## ABOUT THIS TASK
Return all lines of the records that contain the word "IFCSIUNIT".

Dataset items:
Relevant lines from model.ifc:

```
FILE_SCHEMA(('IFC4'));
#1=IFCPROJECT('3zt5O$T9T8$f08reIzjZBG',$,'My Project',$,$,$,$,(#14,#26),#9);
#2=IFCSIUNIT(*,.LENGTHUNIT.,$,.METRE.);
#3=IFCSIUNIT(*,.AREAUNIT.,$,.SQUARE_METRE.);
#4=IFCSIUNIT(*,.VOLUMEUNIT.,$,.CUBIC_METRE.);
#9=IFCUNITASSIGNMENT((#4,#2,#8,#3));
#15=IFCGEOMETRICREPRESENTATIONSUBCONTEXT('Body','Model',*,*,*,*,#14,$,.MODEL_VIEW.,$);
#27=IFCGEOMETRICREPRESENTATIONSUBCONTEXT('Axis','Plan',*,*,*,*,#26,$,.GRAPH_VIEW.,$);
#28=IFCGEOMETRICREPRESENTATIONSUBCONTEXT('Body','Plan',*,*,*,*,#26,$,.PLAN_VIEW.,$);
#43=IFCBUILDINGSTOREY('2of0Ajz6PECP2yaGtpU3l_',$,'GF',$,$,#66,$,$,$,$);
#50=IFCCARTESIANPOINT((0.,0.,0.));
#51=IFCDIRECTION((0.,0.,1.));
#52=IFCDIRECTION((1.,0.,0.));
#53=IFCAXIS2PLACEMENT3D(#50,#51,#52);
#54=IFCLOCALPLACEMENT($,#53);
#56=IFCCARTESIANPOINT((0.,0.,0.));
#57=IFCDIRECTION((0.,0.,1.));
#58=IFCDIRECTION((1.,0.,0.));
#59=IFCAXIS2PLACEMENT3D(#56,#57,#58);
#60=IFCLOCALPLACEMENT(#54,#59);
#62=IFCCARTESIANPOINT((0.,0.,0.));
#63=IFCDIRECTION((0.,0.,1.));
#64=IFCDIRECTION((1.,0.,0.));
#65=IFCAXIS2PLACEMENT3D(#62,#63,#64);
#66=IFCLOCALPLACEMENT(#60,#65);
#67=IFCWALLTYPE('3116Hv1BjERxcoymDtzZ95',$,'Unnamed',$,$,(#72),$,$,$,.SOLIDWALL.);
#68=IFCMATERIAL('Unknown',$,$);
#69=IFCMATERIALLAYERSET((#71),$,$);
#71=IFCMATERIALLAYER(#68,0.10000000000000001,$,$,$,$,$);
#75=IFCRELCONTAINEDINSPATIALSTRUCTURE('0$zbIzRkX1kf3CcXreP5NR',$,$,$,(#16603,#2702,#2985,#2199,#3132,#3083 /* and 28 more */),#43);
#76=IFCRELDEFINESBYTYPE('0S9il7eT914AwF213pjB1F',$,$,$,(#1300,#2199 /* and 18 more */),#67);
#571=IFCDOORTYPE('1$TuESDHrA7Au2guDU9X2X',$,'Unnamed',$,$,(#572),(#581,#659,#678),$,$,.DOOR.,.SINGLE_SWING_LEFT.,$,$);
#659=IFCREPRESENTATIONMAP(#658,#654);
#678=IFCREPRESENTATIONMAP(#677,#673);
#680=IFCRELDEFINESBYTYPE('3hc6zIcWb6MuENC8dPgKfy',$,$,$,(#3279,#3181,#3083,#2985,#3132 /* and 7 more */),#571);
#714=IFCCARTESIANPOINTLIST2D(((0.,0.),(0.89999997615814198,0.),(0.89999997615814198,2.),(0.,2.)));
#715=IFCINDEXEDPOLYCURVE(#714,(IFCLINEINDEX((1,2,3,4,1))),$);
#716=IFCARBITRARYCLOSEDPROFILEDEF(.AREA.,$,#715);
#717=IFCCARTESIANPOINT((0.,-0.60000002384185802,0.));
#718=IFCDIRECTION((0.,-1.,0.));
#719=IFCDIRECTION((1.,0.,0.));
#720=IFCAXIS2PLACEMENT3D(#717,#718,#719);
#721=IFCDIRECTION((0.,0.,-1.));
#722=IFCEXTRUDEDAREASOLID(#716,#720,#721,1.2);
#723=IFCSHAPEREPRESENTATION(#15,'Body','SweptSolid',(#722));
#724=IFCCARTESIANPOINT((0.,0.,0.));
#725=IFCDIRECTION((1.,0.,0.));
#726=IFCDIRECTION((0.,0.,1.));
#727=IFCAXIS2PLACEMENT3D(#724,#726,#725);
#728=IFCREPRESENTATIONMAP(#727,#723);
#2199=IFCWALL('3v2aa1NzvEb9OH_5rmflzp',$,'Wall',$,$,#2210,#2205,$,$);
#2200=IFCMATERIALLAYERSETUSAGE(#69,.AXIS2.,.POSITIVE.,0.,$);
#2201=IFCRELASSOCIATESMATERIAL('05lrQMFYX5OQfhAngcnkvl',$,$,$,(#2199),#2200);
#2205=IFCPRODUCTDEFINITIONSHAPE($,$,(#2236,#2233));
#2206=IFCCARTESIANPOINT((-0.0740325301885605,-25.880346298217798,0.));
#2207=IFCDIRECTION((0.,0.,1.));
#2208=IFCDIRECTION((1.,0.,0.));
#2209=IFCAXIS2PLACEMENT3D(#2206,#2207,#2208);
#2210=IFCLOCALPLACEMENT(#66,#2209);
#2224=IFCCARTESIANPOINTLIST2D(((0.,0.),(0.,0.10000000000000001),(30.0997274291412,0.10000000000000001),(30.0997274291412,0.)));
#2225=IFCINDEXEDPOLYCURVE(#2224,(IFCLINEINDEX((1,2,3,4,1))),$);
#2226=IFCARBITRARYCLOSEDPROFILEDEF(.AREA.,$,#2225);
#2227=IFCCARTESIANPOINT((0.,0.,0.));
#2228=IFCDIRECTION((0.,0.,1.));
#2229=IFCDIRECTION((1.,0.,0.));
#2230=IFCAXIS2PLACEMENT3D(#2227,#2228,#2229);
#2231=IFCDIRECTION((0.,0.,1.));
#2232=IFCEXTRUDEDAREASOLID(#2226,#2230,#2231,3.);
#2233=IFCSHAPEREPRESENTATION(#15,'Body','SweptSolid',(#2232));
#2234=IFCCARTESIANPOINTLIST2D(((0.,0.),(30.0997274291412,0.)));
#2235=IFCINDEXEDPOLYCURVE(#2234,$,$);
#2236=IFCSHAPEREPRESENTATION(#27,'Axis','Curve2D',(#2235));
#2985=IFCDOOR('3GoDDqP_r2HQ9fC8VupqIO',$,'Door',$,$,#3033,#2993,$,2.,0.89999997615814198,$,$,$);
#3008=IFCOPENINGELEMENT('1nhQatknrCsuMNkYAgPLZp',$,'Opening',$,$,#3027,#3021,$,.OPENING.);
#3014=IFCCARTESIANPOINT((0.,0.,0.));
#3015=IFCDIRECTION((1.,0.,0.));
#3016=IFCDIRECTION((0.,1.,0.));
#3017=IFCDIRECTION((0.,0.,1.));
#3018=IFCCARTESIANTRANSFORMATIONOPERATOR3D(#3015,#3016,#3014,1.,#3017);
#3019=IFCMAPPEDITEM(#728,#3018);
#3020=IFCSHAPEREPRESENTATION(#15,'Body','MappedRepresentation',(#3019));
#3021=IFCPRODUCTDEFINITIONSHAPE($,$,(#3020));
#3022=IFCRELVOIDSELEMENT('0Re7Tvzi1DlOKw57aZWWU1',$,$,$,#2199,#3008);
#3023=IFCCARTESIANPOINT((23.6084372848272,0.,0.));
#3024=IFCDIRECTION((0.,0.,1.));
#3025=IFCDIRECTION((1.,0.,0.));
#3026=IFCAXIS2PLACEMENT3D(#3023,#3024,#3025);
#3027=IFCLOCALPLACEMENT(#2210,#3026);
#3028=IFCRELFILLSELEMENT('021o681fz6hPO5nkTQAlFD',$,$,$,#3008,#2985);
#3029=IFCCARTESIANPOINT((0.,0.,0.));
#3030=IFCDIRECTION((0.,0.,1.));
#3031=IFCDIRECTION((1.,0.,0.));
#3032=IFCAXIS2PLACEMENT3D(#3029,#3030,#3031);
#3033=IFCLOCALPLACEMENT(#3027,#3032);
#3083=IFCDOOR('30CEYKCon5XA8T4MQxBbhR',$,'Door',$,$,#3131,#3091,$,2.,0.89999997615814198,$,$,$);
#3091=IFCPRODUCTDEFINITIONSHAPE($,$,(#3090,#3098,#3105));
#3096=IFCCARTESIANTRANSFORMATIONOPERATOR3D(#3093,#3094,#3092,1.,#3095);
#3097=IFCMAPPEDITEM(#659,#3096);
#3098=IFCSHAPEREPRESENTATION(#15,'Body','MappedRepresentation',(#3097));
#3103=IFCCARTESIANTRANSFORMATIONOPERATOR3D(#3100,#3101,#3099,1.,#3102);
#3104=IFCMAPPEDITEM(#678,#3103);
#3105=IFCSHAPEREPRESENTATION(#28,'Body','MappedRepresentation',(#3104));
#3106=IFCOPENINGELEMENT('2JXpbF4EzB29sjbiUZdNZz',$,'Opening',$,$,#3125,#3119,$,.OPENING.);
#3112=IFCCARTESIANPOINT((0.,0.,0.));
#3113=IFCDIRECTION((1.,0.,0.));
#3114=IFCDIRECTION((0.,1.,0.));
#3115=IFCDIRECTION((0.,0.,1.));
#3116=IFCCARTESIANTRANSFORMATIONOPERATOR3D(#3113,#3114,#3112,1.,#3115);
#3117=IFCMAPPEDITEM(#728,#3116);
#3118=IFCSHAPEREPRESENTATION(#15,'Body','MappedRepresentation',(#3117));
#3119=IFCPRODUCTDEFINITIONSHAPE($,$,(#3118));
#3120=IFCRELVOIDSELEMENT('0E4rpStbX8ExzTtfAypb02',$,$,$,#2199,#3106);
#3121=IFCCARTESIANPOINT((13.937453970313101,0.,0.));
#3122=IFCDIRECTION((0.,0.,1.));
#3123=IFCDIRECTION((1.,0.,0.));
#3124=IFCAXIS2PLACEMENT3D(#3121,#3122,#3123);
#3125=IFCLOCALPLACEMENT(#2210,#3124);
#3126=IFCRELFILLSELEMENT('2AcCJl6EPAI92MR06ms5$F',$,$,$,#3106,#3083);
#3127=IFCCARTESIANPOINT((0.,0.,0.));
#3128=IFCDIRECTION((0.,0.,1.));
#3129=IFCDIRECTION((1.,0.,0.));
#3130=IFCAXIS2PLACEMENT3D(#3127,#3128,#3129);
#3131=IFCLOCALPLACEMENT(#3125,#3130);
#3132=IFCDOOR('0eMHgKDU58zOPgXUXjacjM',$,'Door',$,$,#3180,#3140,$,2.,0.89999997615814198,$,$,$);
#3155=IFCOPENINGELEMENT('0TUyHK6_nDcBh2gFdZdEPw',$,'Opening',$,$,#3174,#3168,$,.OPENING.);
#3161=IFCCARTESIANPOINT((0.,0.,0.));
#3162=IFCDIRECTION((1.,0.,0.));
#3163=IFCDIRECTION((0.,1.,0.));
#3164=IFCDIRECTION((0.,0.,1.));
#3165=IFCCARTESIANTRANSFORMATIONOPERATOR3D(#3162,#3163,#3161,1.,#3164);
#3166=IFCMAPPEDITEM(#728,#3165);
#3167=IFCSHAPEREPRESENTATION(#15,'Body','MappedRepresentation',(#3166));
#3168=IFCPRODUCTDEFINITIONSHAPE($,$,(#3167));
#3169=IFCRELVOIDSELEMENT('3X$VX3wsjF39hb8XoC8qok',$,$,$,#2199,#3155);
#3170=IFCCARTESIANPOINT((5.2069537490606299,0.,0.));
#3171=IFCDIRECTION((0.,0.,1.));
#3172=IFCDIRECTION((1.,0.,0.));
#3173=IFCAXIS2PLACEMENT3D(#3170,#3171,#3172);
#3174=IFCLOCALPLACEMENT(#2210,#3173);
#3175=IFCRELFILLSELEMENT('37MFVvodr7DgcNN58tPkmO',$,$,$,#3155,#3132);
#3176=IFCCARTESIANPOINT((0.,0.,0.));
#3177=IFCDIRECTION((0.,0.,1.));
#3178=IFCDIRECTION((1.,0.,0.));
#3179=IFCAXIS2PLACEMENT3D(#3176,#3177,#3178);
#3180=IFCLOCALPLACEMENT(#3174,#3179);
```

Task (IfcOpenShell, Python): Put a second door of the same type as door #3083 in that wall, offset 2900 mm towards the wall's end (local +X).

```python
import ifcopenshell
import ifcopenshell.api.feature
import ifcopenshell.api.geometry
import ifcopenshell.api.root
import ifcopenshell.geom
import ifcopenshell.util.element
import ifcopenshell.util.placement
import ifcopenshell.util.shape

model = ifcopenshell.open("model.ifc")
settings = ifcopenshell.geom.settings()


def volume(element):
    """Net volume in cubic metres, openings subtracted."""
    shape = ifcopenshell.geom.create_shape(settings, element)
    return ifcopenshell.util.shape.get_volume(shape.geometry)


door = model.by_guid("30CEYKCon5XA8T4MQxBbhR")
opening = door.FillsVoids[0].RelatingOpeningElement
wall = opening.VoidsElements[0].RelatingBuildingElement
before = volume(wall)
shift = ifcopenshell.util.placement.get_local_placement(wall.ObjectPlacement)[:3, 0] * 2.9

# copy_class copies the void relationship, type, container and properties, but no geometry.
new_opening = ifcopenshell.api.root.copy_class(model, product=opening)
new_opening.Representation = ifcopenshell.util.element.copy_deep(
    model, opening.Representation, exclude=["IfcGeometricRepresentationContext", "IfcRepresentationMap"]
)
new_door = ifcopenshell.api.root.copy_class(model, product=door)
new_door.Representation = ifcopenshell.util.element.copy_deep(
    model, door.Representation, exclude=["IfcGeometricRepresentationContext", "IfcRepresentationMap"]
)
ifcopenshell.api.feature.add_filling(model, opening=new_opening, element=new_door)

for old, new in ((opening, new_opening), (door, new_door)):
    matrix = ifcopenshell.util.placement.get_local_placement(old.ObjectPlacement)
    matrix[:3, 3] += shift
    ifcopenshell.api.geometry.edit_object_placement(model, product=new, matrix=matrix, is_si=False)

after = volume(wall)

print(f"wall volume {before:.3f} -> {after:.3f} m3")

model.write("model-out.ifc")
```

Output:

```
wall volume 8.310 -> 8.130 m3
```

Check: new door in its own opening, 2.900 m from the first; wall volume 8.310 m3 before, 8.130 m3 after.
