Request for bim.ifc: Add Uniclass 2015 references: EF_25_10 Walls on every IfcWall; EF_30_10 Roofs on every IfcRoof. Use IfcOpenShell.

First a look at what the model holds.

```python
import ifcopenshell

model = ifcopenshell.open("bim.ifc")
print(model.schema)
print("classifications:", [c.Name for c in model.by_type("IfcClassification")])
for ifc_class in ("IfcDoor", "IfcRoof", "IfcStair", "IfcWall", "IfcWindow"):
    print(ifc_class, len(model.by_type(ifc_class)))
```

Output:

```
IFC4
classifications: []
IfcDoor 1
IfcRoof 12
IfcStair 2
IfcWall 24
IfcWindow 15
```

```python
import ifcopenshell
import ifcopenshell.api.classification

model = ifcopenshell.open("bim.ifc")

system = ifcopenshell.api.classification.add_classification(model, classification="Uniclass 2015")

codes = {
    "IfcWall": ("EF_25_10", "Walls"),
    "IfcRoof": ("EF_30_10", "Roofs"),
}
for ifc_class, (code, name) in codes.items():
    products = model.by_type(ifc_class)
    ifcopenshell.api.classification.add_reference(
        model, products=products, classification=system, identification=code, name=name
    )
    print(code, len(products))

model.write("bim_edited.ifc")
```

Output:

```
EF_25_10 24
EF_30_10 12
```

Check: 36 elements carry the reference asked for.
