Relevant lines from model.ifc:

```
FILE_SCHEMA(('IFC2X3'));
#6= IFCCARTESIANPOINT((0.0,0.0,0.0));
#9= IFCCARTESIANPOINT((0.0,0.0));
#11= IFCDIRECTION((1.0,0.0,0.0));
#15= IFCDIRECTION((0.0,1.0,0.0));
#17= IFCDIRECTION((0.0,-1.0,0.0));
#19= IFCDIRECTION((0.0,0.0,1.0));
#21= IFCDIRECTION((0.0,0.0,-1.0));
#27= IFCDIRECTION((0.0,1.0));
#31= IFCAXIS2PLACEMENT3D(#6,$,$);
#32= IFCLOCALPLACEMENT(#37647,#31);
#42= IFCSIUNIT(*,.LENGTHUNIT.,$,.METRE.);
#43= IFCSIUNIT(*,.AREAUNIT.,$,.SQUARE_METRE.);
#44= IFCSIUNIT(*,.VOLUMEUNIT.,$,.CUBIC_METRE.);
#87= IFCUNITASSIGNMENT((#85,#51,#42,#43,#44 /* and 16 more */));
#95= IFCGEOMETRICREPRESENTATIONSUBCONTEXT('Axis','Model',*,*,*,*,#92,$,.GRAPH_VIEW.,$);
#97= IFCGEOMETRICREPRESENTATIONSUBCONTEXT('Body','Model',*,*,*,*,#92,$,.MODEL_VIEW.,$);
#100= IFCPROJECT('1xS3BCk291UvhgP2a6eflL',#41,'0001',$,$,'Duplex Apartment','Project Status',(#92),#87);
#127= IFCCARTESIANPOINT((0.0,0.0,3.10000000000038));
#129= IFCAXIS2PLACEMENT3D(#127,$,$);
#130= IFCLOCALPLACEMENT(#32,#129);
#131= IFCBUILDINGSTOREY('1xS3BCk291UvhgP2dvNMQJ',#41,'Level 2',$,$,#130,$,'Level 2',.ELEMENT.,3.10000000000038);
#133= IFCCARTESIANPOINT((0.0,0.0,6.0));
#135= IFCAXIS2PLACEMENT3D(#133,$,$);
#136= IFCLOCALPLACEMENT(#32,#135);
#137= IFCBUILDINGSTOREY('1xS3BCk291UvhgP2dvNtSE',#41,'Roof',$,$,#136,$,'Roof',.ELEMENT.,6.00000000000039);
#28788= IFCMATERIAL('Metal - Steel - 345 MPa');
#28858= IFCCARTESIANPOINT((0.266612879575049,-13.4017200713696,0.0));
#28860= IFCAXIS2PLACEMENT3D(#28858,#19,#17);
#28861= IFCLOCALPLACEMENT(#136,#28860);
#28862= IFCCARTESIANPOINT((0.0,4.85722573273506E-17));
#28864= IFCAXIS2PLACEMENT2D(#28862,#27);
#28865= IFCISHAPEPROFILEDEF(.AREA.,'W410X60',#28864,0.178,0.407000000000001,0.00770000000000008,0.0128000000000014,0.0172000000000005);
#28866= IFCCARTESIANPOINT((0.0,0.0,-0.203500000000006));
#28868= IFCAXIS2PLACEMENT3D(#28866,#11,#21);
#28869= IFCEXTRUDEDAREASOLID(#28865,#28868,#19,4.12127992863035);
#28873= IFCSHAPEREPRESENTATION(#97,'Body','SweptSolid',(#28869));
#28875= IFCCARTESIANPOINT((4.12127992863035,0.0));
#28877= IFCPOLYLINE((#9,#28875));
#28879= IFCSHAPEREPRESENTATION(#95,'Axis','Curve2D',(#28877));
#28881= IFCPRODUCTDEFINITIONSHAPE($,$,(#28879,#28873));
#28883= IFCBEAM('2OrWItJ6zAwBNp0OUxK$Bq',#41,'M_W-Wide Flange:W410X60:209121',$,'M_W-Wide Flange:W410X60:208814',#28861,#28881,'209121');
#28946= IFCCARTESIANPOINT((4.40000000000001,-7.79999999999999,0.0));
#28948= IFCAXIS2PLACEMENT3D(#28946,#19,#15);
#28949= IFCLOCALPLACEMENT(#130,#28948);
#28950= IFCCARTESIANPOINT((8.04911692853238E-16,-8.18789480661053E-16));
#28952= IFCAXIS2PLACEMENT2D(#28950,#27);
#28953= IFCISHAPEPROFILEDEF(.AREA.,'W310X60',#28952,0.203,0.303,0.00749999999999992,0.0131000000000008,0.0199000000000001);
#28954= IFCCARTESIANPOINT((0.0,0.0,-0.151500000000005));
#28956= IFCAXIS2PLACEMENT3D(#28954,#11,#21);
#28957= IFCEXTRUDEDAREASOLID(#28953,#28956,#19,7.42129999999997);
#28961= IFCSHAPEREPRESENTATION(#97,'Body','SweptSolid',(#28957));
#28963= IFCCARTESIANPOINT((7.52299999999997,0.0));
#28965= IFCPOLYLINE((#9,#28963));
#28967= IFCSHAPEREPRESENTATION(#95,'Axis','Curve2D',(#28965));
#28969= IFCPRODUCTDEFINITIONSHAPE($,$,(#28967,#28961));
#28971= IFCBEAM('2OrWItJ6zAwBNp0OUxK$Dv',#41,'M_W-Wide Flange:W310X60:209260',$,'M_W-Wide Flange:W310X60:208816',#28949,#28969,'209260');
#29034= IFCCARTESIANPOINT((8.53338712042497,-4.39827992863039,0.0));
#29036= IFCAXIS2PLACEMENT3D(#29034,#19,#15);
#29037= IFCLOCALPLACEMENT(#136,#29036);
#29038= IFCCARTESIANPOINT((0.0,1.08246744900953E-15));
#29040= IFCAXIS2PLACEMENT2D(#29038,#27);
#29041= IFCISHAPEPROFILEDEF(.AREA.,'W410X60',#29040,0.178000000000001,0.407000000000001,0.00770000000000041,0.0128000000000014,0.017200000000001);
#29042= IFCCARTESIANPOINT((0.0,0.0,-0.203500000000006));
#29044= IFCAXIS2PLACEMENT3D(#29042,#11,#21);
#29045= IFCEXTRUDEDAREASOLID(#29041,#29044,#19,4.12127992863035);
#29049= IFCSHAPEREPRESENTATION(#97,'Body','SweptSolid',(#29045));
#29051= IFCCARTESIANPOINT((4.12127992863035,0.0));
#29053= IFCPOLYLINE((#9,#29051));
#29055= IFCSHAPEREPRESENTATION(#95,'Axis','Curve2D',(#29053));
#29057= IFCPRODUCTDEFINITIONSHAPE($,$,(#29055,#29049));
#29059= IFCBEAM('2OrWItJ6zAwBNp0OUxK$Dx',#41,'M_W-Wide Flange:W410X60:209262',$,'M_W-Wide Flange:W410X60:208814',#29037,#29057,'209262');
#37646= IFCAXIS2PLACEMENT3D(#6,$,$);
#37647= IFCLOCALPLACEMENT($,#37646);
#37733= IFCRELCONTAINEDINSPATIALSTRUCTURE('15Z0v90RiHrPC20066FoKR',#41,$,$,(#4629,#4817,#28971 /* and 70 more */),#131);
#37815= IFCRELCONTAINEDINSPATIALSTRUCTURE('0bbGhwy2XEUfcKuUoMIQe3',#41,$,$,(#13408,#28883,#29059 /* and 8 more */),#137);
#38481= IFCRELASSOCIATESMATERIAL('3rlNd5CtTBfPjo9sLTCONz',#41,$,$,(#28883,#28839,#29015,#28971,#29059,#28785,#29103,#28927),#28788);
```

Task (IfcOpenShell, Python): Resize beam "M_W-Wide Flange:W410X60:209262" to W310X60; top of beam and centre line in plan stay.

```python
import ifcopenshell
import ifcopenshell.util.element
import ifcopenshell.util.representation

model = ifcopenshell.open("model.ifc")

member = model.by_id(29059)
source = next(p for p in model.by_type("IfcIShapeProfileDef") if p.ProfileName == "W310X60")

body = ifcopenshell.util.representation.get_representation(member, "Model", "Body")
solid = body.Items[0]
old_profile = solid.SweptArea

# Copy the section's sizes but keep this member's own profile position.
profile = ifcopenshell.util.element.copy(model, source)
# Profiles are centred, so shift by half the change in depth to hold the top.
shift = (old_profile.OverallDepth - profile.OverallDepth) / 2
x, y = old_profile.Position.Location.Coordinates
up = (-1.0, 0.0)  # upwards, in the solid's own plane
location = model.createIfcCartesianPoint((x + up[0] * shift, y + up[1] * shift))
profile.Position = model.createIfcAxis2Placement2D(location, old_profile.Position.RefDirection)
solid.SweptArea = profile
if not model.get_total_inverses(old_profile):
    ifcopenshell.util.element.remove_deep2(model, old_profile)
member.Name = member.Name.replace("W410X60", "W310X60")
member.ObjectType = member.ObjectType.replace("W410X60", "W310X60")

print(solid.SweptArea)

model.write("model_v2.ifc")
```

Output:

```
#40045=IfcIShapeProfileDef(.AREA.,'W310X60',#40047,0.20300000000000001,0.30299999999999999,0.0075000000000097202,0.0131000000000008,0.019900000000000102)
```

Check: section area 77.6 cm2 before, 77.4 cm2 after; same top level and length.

## THE COMPLETED TASK
#2=IFCSIUNIT(*,.LENGTHUNIT.,$,.METRE.);
#3=IFCSIUNIT(*,.AREAUNIT.,$,.SQUARE_METRE.);
#4=IFCSIUNIT(*,.VOLUMEUNIT.,$,.CUBIC_METRE.);
#42= IFCSIUNIT(*,.LENGTHUNIT.,$,.METRE.);
#43= IFCSIUNIT(*,.AREAUNIT.,$,.SQUARE_METRE.);
#44= IFCSIUNIT(*,.VOLUMEUNIT.,$,.CUBIC_METRE.);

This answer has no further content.